# Grooming essentials



## Dextersmum (Feb 9, 2012)

Hello everyone,

I'm hoping someone can give me a list of essentials to groom Dexter. He gets his body clippered but his legs are longer and I really need to get on top of those matts. He's just reached that age where the matts seem to appear in the space of a few hours!
At the moment,I'm just using a double sided comb and a wooden type padded brush,also some round end scissors to trim the hair around his eyes.

Thank you!


----------



## mariag (Jun 19, 2011)

Hi Gemma, when I went to the cockapoo pampered pooch day, we used a universal slicker brush http://www.christiesdirect.com/Models.aspx?ModelID=441 & a fine/coarse comb http://www.christiesdirect.com/Models.aspx?ModelID=437 along with the Mikki Matt Breaker http://www.amazon.co.uk/Mikki-Groom...E7M6/ref=sr_1_1?ie=UTF8&qid=1339272115&sr=8-1 
I use all 3 of these at home now & can't believe how much easier it is to groom Oakley.


----------



## Dextersmum (Feb 9, 2012)

Thanks Maria! I thought it was best to ask before I bought anything


----------



## Dextersmum (Feb 9, 2012)

Would something like this be useful as well?
http://www.amazon.co.uk/Pet-Head-Ball-Detangling-Spray/dp/B0019VUIHO/ref=pd_luc_top_sim_02_03_t_lh


----------



## Scarlett (Dec 15, 2011)

All of those products that mariag posted look great! I have a dual sided brush, a pair of nail clippers, a pair of scissors with rounded tops so I don't poke her (made by Conair, and are fantastic!), and I just bought some detangling and dematting spray like the one you just posted. I bought the Tropiclean one and it has been great so far. It helps get the mats out easier when brushing, and it also helps to prevent mats. I think that it is a really useful product to have.


----------



## Dextersmum (Feb 9, 2012)

Scarlett said:


> All of those products that mariag posted look great! I have a dual sided brush, a pair of nail clippers, a pair of scissors with rounded tops so I don't poke her (made by Conair, and are fantastic!), and I just bought some detangling and dematting spray like the one you just posted. I bought the Tropiclean one and it has been great so far. It helps get the mats out easier when brushing, and it also helps to prevent mats. I think that it is a really useful product to have.

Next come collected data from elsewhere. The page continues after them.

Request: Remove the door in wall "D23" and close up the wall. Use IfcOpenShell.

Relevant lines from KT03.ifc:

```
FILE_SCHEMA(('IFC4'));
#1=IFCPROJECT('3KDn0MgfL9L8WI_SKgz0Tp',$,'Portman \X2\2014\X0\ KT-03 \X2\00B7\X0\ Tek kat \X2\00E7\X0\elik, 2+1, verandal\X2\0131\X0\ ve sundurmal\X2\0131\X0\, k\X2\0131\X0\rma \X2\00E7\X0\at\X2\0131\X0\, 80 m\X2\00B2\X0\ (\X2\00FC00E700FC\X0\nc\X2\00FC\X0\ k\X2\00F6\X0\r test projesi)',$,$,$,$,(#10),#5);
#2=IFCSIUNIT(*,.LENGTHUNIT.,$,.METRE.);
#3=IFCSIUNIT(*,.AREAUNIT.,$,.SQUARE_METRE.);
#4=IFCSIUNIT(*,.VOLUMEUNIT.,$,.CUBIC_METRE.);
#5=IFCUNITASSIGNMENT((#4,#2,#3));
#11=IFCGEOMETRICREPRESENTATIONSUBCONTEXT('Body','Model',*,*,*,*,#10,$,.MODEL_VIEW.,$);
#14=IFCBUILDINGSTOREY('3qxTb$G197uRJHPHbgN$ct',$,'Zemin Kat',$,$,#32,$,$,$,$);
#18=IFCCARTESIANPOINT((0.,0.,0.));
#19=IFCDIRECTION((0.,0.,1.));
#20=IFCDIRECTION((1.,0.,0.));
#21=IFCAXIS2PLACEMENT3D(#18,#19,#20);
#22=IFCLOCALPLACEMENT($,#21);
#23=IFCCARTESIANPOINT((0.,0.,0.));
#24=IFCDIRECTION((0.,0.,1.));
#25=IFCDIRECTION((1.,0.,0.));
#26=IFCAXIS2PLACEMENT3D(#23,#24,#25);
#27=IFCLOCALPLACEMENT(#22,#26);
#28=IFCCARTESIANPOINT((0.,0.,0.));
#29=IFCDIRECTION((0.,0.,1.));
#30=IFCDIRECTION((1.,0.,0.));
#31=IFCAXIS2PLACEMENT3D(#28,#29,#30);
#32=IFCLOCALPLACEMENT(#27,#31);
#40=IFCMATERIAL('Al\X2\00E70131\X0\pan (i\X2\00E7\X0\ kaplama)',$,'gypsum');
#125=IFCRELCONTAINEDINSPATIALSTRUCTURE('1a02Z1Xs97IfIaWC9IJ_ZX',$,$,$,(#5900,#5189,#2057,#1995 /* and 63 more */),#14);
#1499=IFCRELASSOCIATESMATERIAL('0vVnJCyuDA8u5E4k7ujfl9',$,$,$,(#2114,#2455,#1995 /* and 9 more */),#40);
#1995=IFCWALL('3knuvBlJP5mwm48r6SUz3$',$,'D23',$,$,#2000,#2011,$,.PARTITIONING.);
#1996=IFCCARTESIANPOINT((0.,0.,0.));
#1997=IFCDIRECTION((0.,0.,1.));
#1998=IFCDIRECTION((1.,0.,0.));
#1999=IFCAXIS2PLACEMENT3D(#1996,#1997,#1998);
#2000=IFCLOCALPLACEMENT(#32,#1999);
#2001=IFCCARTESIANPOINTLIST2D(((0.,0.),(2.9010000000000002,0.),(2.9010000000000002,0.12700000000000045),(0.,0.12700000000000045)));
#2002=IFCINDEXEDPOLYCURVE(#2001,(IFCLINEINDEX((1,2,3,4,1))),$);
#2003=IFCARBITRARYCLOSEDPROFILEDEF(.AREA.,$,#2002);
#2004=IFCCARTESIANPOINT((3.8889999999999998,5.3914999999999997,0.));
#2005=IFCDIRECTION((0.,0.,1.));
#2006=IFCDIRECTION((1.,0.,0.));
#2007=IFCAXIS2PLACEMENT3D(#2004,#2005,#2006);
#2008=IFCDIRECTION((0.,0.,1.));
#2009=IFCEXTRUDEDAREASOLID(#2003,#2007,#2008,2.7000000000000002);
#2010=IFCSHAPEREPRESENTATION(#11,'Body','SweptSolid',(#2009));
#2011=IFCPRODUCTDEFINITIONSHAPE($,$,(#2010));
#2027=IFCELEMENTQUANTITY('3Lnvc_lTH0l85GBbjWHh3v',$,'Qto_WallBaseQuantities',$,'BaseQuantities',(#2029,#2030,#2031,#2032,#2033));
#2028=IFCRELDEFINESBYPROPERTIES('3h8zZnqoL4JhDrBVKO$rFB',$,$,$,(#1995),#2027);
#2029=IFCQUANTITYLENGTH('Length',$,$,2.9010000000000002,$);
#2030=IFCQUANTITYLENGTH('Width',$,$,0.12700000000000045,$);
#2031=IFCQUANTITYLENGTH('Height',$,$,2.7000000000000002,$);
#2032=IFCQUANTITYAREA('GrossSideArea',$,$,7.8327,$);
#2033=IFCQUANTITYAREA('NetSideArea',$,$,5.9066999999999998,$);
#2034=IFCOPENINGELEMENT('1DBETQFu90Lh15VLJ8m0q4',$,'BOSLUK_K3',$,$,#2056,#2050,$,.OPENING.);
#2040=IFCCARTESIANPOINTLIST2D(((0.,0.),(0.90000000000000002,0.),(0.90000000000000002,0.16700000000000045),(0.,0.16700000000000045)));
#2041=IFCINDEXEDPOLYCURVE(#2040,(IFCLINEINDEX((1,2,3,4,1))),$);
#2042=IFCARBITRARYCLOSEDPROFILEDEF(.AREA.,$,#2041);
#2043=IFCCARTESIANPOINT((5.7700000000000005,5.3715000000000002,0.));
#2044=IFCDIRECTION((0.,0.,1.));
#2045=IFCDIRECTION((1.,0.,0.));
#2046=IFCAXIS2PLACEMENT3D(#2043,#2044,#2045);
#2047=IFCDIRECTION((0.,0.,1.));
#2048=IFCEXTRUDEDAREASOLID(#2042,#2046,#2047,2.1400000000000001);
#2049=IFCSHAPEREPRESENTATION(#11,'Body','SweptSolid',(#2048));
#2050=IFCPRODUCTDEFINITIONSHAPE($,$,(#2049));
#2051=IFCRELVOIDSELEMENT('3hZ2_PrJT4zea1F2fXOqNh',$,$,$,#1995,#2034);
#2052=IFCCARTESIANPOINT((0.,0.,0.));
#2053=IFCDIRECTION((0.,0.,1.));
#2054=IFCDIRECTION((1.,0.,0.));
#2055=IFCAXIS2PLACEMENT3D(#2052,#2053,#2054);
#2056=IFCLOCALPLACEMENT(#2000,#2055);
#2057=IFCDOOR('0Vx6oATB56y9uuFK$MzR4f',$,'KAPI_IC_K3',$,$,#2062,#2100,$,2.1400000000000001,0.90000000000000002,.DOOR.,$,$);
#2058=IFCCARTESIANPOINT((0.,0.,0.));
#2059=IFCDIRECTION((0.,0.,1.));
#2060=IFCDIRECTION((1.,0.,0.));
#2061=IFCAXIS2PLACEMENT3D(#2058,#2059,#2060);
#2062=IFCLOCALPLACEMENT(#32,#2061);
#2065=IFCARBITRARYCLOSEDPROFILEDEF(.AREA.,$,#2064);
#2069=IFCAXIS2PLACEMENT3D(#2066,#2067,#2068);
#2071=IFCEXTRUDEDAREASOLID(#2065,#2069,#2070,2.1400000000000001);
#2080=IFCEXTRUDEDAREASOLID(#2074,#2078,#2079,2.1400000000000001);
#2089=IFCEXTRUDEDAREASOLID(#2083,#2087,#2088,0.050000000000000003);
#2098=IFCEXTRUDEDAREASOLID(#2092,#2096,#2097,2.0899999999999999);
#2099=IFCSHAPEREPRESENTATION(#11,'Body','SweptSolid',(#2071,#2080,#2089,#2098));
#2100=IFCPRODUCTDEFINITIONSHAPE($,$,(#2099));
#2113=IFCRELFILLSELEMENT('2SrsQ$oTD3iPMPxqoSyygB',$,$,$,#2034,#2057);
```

```python
import ifcopenshell
import ifcopenshell.api.feature
import ifcopenshell.api.pset
import ifcopenshell.api.root
import ifcopenshell.geom
import ifcopenshell.util.element
import ifcopenshell.util.shape
import ifcopenshell.util.unit

model = ifcopenshell.open("KT03.ifc")
area_scale = ifcopenshell.util.unit.calculate_unit_scale(model, "AREAUNIT")
settings = ifcopenshell.geom.settings()


def volume(element):
    """Net volume in cubic metres, openings subtracted."""
    shape = ifcopenshell.geom.create_shape(settings, element)
    return ifcopenshell.util.shape.get_volume(shape.geometry)


door = model.by_guid("0Vx6oATB56y9uuFK$MzR4f")
opening = door.FillsVoids[0].RelatingOpeningElement
wall = opening.VoidsElements[0].RelatingBuildingElement
before = volume(wall)

ifcopenshell.api.root.remove_product(model, product=door)
ifcopenshell.api.feature.remove_feature(model, feature=opening)

after = volume(wall)
thickness = 0.127  # wall thickness in metres

# Update the wall's stored quantities.
qto = model.by_id(ifcopenshell.util.element.get_pset(wall, "Qto_WallBaseQuantities", should_inherit=False)["id"])
ifcopenshell.api.pset.edit_qto(model, qto=qto, properties={"NetSideArea": after / thickness / area_scale})

print(f"wall volume {before:.3f} -> {after:.3f} m3")

model.write("KT03-out.ifc")
```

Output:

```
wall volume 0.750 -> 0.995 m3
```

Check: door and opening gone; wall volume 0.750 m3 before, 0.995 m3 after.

Thanks! I'll do a search for Tropiclean


----------



## MillieDog (Jun 1, 2011)

I think it partly depends on the type of fur your Poo has and personal preference for you.

I think a matt is a pain to get out, no matter what you use.

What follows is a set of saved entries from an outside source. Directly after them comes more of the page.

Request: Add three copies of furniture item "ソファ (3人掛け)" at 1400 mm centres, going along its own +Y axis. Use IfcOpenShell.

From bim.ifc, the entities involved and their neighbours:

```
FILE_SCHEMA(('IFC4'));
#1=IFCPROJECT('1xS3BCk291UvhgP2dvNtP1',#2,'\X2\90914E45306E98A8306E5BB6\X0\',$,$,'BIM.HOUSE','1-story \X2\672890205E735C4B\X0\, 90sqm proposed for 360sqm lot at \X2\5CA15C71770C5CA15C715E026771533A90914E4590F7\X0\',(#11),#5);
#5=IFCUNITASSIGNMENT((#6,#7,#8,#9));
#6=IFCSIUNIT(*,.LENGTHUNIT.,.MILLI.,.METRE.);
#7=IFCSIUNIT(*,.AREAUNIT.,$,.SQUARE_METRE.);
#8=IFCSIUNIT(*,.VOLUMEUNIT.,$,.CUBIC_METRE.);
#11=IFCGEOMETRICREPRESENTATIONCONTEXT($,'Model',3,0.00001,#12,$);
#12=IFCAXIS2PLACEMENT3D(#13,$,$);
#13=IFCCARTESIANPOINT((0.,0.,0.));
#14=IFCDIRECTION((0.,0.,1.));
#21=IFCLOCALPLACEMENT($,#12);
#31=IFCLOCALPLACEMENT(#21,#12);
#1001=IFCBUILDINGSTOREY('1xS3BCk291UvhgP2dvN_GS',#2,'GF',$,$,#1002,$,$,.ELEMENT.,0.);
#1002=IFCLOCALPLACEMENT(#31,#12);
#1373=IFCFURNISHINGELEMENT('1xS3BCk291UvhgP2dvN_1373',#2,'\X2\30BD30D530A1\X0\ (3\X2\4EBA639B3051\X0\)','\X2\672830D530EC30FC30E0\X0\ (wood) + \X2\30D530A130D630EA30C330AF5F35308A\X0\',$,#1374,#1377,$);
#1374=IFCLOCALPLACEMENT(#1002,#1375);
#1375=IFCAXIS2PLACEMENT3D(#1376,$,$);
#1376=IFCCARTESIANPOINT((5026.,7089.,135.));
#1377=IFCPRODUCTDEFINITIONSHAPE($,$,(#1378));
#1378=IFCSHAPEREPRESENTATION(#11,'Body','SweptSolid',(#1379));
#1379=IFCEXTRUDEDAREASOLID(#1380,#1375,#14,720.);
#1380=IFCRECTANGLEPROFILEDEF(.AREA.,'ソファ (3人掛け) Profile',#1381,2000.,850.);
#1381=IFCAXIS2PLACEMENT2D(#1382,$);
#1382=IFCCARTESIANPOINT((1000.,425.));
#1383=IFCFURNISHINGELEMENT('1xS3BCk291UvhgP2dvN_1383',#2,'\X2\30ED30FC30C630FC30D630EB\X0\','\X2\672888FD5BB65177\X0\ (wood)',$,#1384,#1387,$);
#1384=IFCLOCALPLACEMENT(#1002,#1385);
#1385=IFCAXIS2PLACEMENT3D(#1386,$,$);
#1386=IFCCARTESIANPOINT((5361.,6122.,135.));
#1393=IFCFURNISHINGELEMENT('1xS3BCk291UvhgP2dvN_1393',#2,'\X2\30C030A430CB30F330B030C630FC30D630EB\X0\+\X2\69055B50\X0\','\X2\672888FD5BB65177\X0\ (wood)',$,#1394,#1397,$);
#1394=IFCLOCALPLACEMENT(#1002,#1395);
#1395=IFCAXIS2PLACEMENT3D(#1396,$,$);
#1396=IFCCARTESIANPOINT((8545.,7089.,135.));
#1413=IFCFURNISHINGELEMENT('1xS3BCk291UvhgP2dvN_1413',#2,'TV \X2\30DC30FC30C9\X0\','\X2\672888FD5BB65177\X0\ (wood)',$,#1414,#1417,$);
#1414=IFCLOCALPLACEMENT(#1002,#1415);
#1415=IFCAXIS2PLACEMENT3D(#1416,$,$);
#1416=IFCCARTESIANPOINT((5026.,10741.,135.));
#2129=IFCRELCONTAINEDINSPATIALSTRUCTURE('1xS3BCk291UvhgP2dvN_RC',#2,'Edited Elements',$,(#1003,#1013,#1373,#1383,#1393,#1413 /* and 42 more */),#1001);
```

```python
import ifcopenshell
import ifcopenshell.api.geometry
import ifcopenshell.api.root
import ifcopenshell.util.element
import ifcopenshell.util.placement
import ifcopenshell.util.unit

model = ifcopenshell.open("bim.ifc")
unit_scale = ifcopenshell.util.unit.calculate_unit_scale(model)


def reuse_history(source, copy):
    """copy_class also copies each property set's owner history, people and application; keep the originals."""
    for rel in copy.IsDefinedBy:
        if rel.is_a("IfcRelDefinesByProperties") and (history := rel.RelatingPropertyDefinition.OwnerHistory):
            rel.RelatingPropertyDefinition.OwnerHistory = source.OwnerHistory
            ifcopenshell.util.element.remove_deep2(model, history)


source = model.by_guid("1xS3BCk291UvhgP2dvN_1373")
base = ifcopenshell.util.placement.get_local_placement(source.ObjectPlacement)
step = base[:3, 1] * 1.4 / unit_scale

for i in range(1, 4):
    copy = ifcopenshell.api.root.copy_class(model, product=source)
    copy.Representation = ifcopenshell.util.element.copy_deep(
        model, source.Representation, exclude=["IfcGeometricRepresentationContext", "IfcRepresentationMap"]
    )
    reuse_history(source, copy)
    matrix = base.copy()
    matrix[:3, 3] += i * step
    print("added at", matrix[:3, 3].round(3) + 0.0)
    ifcopenshell.api.geometry.edit_object_placement(model, product=copy, matrix=matrix, is_si=False)

model.write("bim_edited.ifc")
```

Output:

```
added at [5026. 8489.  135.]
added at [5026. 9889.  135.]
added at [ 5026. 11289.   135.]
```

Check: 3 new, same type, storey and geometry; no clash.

I've got all the gadgets and tried others and I still keep coming back to the double metal comb and scissors. Snip into the matt in the same direction as the fur grows, not across it. And gradually comb it out.

I have bought the de matting spray you show, but quite honestly I can see any difference.

What did make a huge difference was the Pet Head Shampoo and Conditioner. I can't remember the names of each, but the Shampoo is in a green bottle and the Conditioner is in a Yellow bottle. The conditioner is brilliant and I know when I have to do a big groom I make sure I've used this first.


----------



## Dextersmum (Feb 9, 2012)

I think I'll definitely get some conditioner. I've been mainly using the double sided comb and scissors. Part of the problem is getting Dexter to stay still! He wants to have a look at what I'm doing!


----------



## mariag (Jun 19, 2011)

I use Pet Head too, Blue shampoo (Fears for Tears) & the yellow conditioner (Furtastic) is amazing


----------



## MillieDog (Jun 1, 2011)

Dextersmum said:


> I think I'll definitely get some conditioner. I've been mainly using the double sided comb and scissors. Part of the problem is getting Dexter to stay still! He wants to have a look at what I'm doing!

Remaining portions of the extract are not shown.